I’m currently working in an organization aiming to empower women and protect children in West-Bengal, India.
Part of the mountainous plan is to make a project called Asha Kiran run as self-sufficiently as possible.
(Now would be a great time to open another tab and type in www.waasta.in, to find out more about this wonderful organization)
It is a complicated and challenging endeavour, but the hoped result is worth every obstacle fought and won.
Right now there is a lot of “no’s” standing in the way.
Quite simply, we need to see the “no” turn into a “yes”.
I know that doesn’t mean anything to you. But you can still pray it with us: no to a yes, no to a yes:)
Many of my passions and talents, even parts of my personality have been stifled and kept hidden by a devious lie; “Who am I to do anything of importance? I’m not qualified! And besides, look at ALL these talented, beautiful, brave souls that can do it so much better than I.
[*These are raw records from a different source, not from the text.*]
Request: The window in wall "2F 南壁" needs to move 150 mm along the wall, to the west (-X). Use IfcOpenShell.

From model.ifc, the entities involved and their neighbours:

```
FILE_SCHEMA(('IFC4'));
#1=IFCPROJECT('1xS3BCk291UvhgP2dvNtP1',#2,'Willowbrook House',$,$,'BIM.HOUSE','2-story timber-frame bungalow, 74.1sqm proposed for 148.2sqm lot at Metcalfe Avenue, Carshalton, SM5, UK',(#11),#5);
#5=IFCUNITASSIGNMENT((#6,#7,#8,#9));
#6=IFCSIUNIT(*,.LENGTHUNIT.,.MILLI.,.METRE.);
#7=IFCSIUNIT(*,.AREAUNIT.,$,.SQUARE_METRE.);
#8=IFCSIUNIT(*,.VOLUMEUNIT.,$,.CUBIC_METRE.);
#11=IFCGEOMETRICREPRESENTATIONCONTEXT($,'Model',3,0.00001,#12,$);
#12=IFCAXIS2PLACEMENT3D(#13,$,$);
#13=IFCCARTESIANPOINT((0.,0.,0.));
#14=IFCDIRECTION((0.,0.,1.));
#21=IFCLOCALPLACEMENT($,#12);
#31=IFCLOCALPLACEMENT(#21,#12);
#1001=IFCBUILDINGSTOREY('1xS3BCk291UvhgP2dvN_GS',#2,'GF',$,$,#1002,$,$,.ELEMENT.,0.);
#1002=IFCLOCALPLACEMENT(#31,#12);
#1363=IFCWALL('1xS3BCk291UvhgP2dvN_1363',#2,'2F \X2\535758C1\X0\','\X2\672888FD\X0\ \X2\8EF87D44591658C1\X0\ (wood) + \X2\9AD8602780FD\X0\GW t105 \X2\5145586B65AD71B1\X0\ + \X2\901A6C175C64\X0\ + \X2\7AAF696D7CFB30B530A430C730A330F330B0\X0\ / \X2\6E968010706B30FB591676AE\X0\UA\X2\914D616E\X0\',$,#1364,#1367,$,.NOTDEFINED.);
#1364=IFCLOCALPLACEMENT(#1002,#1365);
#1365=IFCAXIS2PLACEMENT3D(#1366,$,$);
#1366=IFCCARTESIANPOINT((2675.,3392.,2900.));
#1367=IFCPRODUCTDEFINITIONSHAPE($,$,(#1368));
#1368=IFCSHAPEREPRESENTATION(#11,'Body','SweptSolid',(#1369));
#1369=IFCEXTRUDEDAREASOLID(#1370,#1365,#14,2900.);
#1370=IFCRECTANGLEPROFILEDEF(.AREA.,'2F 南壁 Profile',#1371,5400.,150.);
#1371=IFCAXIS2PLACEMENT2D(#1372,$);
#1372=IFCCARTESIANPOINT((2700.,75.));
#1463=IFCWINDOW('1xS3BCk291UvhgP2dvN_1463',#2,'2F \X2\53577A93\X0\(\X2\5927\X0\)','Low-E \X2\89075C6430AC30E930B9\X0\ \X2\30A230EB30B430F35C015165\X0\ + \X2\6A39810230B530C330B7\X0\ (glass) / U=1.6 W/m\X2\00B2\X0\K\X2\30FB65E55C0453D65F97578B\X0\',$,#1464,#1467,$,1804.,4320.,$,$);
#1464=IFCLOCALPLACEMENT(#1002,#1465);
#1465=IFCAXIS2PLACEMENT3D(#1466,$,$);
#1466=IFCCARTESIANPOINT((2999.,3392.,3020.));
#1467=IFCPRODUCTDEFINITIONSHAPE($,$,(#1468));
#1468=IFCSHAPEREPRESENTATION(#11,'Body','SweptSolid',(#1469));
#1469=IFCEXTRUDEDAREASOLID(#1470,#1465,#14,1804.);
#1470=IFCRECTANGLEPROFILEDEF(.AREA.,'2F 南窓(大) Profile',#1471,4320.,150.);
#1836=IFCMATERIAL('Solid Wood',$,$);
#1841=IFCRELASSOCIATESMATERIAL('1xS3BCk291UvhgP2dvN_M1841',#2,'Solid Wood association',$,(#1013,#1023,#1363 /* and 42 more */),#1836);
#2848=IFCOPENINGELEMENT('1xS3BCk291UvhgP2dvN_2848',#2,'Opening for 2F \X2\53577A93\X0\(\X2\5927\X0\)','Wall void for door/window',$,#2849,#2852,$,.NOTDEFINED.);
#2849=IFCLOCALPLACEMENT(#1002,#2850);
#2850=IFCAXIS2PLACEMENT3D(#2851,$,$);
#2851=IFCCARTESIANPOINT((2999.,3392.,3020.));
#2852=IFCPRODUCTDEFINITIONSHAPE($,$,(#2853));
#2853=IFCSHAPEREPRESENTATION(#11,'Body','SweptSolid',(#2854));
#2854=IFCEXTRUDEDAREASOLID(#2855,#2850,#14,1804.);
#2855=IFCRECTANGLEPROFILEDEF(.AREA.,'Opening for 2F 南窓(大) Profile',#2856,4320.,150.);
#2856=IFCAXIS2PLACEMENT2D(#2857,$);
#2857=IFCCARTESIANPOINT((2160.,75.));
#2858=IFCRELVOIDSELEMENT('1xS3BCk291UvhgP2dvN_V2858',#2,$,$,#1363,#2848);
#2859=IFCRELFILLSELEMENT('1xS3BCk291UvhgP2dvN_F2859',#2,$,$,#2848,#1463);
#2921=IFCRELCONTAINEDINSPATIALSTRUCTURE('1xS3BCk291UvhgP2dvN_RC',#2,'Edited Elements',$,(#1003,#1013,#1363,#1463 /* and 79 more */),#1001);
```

```python
import ifcopenshell
import ifcopenshell.api.geometry
import ifcopenshell.util.placement
import ifcopenshell.util.unit

model = ifcopenshell.open("model.ifc")
unit_scale = ifcopenshell.util.unit.calculate_unit_scale(model)

window = model.by_guid("1xS3BCk291UvhgP2dvN_1463")
opening = window.FillsVoids[0].RelatingOpeningElement
wall = opening.VoidsElements[0].RelatingBuildingElement

wall_matrix = ifcopenshell.util.placement.get_local_placement(wall.ObjectPlacement)
shift = wall_matrix[:3, 0] * -0.15 / unit_scale
before = ifcopenshell.util.placement.get_local_placement(window.ObjectPlacement)[:3, 3].copy()

# The window is not placed relative to its opening, so move both.
for product in (opening, window):
    matrix = ifcopenshell.util.placement.get_local_placement(product.ObjectPlacement)
    matrix[:3, 3] += shift
    ifcopenshell.api.geometry.edit_object_placement(model, product=product, matrix=matrix, is_si=False)

after = ifcopenshell.util.placement.get_local_placement(window.ObjectPlacement)[:3, 3]
print("window moved by", (after - before).round(3) + 0.0)

model.write("model_edited.ifc")
```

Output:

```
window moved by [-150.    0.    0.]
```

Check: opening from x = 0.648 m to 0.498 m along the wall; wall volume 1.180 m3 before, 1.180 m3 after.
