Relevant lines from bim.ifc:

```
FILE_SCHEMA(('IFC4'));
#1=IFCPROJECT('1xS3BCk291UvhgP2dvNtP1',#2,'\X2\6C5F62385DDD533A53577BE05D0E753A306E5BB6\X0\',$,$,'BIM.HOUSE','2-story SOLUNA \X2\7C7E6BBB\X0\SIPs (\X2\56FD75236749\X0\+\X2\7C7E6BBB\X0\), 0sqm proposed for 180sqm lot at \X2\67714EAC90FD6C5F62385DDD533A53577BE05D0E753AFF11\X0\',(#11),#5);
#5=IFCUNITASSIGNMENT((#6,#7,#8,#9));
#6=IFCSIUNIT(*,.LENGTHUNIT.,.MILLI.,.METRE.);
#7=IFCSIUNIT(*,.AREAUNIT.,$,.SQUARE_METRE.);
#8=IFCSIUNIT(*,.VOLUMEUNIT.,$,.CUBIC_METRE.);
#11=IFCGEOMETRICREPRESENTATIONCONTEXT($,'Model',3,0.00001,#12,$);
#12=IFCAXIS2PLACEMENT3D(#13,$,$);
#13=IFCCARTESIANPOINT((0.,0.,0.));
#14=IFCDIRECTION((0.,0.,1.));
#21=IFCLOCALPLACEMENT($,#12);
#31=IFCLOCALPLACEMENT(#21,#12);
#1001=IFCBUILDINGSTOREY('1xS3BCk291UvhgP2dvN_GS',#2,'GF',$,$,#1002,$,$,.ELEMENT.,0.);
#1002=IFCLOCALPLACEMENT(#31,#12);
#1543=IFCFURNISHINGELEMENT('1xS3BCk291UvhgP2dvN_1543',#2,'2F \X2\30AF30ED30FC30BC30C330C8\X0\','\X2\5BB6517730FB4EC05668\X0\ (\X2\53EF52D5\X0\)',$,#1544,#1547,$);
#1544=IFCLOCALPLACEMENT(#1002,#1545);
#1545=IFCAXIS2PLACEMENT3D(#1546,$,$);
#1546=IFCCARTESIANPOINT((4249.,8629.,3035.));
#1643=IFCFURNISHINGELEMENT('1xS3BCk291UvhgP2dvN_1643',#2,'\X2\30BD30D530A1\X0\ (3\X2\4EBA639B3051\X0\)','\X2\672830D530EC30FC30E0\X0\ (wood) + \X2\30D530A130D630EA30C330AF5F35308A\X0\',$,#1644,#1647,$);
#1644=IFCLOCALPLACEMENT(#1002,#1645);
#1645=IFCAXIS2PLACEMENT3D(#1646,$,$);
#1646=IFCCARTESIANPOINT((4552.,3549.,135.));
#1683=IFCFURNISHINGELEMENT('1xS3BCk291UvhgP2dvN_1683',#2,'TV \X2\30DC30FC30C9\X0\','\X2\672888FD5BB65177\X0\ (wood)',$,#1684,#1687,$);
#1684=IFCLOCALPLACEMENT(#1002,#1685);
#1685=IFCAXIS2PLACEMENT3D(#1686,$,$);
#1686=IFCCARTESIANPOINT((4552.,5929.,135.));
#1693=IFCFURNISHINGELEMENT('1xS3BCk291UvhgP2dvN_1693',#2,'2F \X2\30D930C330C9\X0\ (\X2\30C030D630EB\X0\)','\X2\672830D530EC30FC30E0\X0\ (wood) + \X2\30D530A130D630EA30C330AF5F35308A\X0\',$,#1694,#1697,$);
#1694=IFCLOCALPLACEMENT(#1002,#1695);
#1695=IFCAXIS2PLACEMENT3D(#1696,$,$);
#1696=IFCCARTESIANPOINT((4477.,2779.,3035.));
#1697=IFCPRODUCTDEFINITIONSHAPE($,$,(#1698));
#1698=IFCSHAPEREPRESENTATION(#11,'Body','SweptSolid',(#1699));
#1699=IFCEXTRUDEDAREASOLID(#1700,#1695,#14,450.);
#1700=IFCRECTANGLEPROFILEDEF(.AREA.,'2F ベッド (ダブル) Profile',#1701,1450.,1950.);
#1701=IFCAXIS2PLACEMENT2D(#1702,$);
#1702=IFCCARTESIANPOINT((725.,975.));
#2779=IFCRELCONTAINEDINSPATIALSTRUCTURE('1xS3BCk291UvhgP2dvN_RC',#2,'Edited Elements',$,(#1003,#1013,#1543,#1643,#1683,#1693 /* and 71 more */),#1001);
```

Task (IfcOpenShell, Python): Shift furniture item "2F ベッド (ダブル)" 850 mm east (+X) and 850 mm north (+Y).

```python
import ifcopenshell
import ifcopenshell.api.geometry
import ifcopenshell.util.placement
import ifcopenshell.util.unit

model = ifcopenshell.open("bim.ifc")
unit_scale = ifcopenshell.util.unit.calculate_unit_scale(model)

item = model.by_guid("1xS3BCk291UvhgP2dvN_1693")
matrix = ifcopenshell.util.placement.get_local_placement(item.ObjectPlacement)
matrix[0, 3] += 0.85 / unit_scale
matrix[1, 3] += 0.85 / unit_scale
ifcopenshell.api.geometry.edit_object_placement(model, product=item, matrix=matrix, is_si=False)

print(ifcopenshell.util.placement.get_local_placement(item.ObjectPlacement).round(3) + 0.0)

model.write("bim_v2.ifc")
```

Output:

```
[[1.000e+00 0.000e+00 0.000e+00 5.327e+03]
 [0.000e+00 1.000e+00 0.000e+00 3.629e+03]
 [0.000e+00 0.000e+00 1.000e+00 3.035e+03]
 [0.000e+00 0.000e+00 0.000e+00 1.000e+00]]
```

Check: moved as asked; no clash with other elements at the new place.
“Who am I to write songs? My voice is not like hers. Who am I to take photos? I’m not a professional. I am not enough. I’m happy to stand back and let others go and do.”
Only, that is not true.
Here—in the midst of project and product planning– I’ve felt like a baby bird, who’s mother nudges the little one with her beak and pushes the baby, right off the cliff.
“Off you go little one!” she says,
“I know your wings will carry you if you only open them wide and flap with all your might. You will look silly for a while, flap flap flapping your little wings, being tossed by winds greater then you. But as you try, you will learn. You will learn to read the winds, dive and soar. You will learn to fly with grace. Fly low and fly high. So off you go little one.”
It all starts with the nudge.
It was safe on that mountain of excuses, but a bird is meant to fly. I’m not meant to live there, hiding in clefts known as fear. And neither are you!
I’ve been asking myself; what purpose does downplaying my God-given persona and gifts serve? It serves NO purpose. Culturally we are taught not to give praise, lest a child become proud! So we learn to downplay and wrongly assume it to be the equivalent of humility.
How sad. How sad that the Creator, who made me with such inspiration, creativity, love and deep affection, now has to hear me say what an inadequate job He did. Should He not be the judge of His own creation? Seeing as I had nothing to do with the creation process.
I didn’t decide the size of my nose or the tone of my laughter. I didn’t pick my gifts or choose an IQ level fit for myself. It was all Him. For in Him I live and move and have my being. His opinion is that I am fearfully and wonderfully made.
You are fearfully and wonderfully made. Such sweet honour He lavishes on us, and honour is a great escort for humility, true humility.
I’m still at the very start. Often I want to flap my way back to the safety of the cleft. But I’m being taught and encouraged, gently challenged by the best.
Hailing from Finland, growing up in Turkey, and now working in West Bengal India–in a girls protection program. 21 soon 22 year old Inka Vappula is one of the two awesome contributors in a private fb group, “Don’t worry, chicken curry–a virtual scrapbook of Indian adventures”. In her own words: “I’ve only discovered this love for writing in the last 6 months or so, and thinking that anyone else would want to read what I write still sounds quite alien to me. But I’m practicing the art of jumping into challenges… and I guess this is a perfect chance to grow.”